▶ RECORDS:
_____

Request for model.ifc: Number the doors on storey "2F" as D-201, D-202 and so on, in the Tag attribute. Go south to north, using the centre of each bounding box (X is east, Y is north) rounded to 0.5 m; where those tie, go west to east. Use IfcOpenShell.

First a look at what the model holds.

```python
import ifcopenshell
import ifcopenshell.util.element
import ifcopenshell.util.placement

model = ifcopenshell.open("model.ifc")
print(model.schema)
storey = next(s for s in model.by_type("IfcBuildingStorey") if s.Name == "2F")
doors = [e for e in ifcopenshell.util.element.get_decomposition(storey) if e.is_a("IfcDoor")]
for e in sorted(doors, key=lambda e: e.id()):
    origin = ifcopenshell.util.placement.get_local_placement(e.ObjectPlacement)[:3, 3]
    print(e.id(), e.Tag, e.Name, origin.round(2) + 0.0, sep=" | ")
```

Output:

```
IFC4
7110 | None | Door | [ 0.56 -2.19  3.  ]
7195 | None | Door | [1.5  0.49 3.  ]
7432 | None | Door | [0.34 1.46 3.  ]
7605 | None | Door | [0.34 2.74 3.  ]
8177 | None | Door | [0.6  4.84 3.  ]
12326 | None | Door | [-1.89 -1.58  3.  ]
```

```python
import ifcopenshell
import ifcopenshell.geom
import ifcopenshell.util.element
import ifcopenshell.util.shape

model = ifcopenshell.open("model.ifc")
settings = ifcopenshell.geom.settings()
settings.set("use-world-coords", True)


def centre(element):
    shape = ifcopenshell.geom.create_shape(settings, element)
    return ifcopenshell.util.shape.get_bbox_centroid(shape.geometry)


storey = next(s for s in model.by_type("IfcBuildingStorey") if s.Name == "2F")
doors = [e for e in ifcopenshell.util.element.get_decomposition(storey) if e.is_a("IfcDoor")]

# Insertion points can sit at a corner or the storey origin, so sort by the geometry (in metres).
centres = {e: centre(e) for e in doors}
doors.sort(key=lambda e: (round(centres[e][1] / 0.5), centres[e][0]))

for i, e in enumerate(doors, start=1):
    number = f"D-2{i:02d}"
    e.Tag = number
    print(e.id(), number)

model.write("model_edited.ifc")
```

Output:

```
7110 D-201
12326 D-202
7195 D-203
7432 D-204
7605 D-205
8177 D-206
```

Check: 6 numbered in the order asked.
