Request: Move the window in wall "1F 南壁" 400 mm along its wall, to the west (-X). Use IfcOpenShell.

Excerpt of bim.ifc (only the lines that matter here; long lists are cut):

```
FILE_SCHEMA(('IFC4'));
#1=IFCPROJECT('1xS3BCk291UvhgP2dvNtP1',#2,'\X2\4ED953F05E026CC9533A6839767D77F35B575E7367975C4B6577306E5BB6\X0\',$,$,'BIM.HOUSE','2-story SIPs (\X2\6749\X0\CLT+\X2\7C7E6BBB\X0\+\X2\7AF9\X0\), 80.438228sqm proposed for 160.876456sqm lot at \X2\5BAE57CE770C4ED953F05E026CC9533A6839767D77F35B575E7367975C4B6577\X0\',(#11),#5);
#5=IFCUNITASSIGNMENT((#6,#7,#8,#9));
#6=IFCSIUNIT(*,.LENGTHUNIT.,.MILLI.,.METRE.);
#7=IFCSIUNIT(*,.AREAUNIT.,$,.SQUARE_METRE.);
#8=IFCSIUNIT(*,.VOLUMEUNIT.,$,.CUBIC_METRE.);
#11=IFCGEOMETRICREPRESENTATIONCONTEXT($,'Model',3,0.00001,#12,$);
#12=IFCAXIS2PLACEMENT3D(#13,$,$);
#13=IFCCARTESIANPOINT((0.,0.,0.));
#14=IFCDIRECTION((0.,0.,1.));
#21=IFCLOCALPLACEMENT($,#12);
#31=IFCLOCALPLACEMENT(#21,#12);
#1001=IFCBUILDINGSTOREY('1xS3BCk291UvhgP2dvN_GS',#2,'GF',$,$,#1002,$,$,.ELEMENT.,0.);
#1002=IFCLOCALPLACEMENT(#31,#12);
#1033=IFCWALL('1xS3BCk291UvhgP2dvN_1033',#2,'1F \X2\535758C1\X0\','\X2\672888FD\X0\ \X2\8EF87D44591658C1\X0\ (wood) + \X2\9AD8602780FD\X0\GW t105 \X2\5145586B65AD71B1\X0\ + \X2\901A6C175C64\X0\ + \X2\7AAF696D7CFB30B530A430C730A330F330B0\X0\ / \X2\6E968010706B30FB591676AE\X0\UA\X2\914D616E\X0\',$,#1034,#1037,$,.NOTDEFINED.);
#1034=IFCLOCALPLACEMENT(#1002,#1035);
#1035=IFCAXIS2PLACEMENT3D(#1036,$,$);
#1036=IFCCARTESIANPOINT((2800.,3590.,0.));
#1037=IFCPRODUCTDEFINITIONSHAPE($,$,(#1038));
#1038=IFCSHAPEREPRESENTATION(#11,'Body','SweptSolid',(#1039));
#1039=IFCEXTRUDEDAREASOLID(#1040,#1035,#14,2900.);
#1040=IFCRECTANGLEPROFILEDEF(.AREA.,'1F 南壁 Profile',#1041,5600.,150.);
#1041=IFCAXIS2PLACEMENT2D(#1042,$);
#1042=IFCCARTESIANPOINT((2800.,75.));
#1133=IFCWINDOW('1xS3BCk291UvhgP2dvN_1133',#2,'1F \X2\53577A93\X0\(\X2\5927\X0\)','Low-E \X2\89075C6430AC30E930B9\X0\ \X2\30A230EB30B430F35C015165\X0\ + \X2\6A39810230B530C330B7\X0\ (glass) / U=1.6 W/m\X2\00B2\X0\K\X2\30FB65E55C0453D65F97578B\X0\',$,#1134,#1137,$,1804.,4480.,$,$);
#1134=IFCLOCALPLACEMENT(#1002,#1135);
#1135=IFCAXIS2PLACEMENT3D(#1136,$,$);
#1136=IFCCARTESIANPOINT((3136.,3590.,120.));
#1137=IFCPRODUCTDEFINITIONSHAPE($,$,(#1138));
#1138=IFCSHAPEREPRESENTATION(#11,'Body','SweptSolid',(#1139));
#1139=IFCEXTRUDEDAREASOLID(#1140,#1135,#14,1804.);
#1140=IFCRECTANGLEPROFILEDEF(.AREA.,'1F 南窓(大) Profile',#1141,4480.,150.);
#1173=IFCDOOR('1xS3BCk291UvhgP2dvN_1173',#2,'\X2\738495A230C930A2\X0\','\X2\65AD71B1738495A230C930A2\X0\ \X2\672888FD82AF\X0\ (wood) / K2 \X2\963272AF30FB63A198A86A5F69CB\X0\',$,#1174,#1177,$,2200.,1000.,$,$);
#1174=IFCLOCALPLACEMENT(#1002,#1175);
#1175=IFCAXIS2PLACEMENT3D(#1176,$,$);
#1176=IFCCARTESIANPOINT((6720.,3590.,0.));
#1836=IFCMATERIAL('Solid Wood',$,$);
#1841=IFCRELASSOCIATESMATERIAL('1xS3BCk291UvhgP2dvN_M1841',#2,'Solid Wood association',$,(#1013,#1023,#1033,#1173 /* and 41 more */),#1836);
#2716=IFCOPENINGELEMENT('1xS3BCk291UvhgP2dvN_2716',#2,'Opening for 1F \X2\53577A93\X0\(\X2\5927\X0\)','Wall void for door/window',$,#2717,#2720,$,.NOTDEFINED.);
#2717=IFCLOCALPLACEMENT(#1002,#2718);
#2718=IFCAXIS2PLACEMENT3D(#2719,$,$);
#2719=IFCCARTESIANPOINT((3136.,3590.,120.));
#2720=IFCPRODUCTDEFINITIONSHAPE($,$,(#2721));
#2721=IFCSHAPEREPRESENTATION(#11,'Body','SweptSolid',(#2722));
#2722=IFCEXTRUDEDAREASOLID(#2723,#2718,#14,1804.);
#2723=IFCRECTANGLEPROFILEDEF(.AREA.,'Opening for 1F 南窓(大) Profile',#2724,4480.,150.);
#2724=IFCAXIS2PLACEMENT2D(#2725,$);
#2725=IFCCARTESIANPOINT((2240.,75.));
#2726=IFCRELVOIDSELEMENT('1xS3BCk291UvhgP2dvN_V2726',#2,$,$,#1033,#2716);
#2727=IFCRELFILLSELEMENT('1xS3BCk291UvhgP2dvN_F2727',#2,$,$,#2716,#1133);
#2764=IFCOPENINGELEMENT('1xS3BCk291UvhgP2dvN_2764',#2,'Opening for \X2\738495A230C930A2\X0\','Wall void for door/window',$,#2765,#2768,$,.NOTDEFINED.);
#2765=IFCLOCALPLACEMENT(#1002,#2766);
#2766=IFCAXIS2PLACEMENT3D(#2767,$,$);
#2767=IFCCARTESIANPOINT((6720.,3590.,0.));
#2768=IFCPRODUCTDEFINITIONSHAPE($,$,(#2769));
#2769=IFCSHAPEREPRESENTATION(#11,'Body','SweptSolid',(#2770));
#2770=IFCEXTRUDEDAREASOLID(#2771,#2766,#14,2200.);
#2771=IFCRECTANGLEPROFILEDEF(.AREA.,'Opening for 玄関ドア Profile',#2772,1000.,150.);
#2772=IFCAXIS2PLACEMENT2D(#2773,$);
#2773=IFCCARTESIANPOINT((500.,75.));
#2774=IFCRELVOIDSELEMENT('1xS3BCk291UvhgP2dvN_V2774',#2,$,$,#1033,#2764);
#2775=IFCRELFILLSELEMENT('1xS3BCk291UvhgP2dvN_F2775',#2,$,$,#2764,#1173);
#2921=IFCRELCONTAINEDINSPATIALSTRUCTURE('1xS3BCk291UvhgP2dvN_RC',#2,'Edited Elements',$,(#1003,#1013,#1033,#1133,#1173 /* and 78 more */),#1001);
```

```python
import ifcopenshell
import ifcopenshell.api.geometry
import ifcopenshell.util.placement

model = ifcopenshell.open("bim.ifc")

window = model.by_id(1133)
opening = window.FillsVoids[0].RelatingOpeningElement
wall = opening.VoidsElements[0].RelatingBuildingElement

wall_matrix = ifcopenshell.util.placement.get_local_placement(wall.ObjectPlacement)
shift = wall_matrix[:3, 0] * -400.0
before = ifcopenshell.util.placement.get_local_placement(window.ObjectPlacement)[:3, 3].copy()

# The window is not placed relative to its opening, so move both.
for product in (opening, window):
    matrix = ifcopenshell.util.placement.get_local_placement(product.ObjectPlacement)
    matrix[:3, 3] += shift
    ifcopenshell.api.geometry.edit_object_placement(model, product=product, matrix=matrix, is_si=False)

after = ifcopenshell.util.placement.get_local_placement(window.ObjectPlacement)[:3, 3]
print("window moved by", (after - before).round(3) + 0.0)

model.write("bim-out.ifc")
```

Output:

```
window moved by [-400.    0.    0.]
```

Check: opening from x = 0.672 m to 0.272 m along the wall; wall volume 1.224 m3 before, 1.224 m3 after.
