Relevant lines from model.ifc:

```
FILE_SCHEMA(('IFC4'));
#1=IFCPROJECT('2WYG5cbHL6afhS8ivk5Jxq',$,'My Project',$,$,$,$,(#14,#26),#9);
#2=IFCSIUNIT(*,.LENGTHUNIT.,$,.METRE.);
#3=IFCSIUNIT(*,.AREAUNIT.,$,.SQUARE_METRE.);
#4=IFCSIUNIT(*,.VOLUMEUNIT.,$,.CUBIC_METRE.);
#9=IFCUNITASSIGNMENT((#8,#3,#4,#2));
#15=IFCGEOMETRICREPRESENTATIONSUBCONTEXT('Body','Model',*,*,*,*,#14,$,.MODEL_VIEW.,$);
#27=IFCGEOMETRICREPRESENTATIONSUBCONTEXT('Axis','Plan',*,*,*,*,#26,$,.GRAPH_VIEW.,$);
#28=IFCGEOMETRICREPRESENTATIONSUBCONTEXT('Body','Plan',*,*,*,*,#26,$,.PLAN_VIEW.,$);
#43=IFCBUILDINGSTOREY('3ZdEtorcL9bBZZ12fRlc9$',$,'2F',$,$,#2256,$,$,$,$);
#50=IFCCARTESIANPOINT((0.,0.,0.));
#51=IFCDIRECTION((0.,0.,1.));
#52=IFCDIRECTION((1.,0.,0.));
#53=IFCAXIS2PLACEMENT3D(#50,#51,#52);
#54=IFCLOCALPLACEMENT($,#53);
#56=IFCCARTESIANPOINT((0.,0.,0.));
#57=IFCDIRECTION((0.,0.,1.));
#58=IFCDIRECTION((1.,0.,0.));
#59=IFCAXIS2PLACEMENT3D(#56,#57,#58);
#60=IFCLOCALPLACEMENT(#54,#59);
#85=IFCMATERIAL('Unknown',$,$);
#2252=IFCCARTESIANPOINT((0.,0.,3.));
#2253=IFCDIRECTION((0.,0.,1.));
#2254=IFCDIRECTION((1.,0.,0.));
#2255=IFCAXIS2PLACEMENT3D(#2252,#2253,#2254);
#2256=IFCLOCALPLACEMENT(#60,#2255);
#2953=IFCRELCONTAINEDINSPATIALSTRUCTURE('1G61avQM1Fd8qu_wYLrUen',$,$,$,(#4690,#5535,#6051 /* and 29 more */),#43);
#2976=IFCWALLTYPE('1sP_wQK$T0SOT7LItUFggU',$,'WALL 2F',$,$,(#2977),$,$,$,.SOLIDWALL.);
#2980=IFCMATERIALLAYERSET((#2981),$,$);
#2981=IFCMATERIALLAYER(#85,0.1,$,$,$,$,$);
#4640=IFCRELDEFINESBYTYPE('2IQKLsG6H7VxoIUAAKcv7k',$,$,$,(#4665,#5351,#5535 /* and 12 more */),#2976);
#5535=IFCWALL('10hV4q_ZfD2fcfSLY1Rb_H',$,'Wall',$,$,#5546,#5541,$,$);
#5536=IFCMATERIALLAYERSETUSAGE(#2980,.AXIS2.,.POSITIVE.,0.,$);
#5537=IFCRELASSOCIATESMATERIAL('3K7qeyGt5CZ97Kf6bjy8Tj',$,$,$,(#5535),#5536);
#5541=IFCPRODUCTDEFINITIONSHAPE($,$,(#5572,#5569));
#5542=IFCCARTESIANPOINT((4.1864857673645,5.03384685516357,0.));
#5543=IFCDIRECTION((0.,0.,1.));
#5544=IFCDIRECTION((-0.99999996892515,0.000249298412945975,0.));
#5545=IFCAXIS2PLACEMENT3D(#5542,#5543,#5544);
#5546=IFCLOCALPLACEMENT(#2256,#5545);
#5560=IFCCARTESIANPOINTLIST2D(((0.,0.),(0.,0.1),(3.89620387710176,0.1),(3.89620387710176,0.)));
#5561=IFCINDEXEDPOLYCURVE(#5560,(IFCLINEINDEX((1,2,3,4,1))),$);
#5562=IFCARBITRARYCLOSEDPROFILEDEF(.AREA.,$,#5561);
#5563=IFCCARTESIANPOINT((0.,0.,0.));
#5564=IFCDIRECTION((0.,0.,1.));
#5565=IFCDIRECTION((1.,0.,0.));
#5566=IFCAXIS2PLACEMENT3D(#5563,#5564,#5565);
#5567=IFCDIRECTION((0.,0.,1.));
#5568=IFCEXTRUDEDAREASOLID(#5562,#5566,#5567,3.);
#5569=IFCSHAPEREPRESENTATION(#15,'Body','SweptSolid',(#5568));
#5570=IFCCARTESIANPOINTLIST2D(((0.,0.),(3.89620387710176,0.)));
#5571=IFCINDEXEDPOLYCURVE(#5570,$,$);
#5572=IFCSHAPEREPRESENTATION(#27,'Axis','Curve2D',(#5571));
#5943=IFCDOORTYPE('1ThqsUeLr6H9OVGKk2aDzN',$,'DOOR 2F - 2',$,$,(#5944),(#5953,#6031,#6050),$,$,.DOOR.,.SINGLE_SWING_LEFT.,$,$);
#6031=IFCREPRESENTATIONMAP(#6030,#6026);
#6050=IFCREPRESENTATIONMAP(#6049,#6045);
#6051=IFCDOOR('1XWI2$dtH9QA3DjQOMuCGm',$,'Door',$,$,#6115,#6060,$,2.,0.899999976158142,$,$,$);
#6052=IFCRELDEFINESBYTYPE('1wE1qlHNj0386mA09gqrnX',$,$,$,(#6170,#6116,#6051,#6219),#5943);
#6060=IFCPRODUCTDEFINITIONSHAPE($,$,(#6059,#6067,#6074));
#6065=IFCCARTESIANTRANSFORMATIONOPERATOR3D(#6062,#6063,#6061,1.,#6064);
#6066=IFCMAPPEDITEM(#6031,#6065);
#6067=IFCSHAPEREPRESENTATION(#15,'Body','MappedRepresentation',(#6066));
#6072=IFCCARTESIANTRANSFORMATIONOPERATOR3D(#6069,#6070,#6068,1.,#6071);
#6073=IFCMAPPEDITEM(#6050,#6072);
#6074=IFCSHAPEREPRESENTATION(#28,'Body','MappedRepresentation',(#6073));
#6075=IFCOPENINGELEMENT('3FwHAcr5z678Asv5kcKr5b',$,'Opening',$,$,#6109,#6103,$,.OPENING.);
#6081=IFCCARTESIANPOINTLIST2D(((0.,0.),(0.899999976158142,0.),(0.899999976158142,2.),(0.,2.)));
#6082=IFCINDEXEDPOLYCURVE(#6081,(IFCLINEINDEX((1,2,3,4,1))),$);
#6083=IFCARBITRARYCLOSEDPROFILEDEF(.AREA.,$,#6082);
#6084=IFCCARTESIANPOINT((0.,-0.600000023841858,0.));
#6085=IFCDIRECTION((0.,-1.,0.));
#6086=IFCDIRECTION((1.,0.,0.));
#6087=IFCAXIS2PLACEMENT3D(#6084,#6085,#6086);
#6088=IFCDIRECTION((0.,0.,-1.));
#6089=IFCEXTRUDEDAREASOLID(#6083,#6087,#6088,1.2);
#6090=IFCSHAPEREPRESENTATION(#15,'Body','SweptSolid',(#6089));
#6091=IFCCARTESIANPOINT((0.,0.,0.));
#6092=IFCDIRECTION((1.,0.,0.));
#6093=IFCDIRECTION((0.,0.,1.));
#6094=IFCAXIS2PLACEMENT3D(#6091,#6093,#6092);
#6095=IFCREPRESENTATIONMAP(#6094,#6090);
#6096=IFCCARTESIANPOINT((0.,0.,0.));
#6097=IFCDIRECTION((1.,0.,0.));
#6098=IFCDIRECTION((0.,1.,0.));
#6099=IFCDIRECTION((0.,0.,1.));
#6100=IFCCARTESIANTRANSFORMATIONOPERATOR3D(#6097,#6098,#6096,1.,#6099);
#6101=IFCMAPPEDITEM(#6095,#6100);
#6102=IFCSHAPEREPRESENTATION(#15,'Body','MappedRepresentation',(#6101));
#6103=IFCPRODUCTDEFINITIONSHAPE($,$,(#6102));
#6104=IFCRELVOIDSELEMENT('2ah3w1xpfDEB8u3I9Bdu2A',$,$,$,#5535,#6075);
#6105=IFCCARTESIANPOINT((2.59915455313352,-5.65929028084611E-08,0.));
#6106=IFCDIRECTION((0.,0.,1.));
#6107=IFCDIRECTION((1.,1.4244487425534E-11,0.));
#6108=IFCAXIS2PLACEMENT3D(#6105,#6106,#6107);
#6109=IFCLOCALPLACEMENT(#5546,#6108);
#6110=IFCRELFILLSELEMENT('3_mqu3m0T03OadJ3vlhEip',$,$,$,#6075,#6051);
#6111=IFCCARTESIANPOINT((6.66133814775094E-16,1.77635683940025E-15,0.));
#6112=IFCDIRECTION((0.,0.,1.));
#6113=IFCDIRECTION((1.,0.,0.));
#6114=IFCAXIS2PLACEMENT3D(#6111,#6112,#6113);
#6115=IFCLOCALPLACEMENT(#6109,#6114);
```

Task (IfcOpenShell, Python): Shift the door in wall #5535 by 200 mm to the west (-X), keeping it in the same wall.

```python
import ifcopenshell
import ifcopenshell.api.geometry
import ifcopenshell.util.placement
import ifcopenshell.util.unit

model = ifcopenshell.open("model.ifc")
unit_scale = ifcopenshell.util.unit.calculate_unit_scale(model)

door = model.by_id(6051)
opening = door.FillsVoids[0].RelatingOpeningElement
wall = opening.VoidsElements[0].RelatingBuildingElement

wall_matrix = ifcopenshell.util.placement.get_local_placement(wall.ObjectPlacement)
shift = wall_matrix[:3, 0] * 0.2 / unit_scale
before = ifcopenshell.util.placement.get_local_placement(door.ObjectPlacement)[:3, 3].copy()

# The door is placed relative to its opening, so it follows when the opening moves.
matrix = ifcopenshell.util.placement.get_local_placement(opening.ObjectPlacement)
matrix[:3, 3] += shift
ifcopenshell.api.geometry.edit_object_placement(
    model, product=opening, matrix=matrix, is_si=False, should_transform_children=True
)

after = ifcopenshell.util.placement.get_local_placement(door.ObjectPlacement)[:3, 3]
print("door moved by", (after - before).round(3) + 0.0)

model.write("model_rev.ifc")
```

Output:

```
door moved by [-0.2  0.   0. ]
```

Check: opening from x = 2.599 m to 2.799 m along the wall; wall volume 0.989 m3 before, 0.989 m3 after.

_____

▶ WHAT TO PRODUCE:
All lines with the word "IFCMAPPEDITEM" need to be copied from the data above.

▶ RESULT:
#6066=IFCMAPPEDITEM(#6031,#6065);
#6073=IFCMAPPEDITEM(#6050,#6072);
#6101=IFCMAPPEDITEM(#6095,#6100);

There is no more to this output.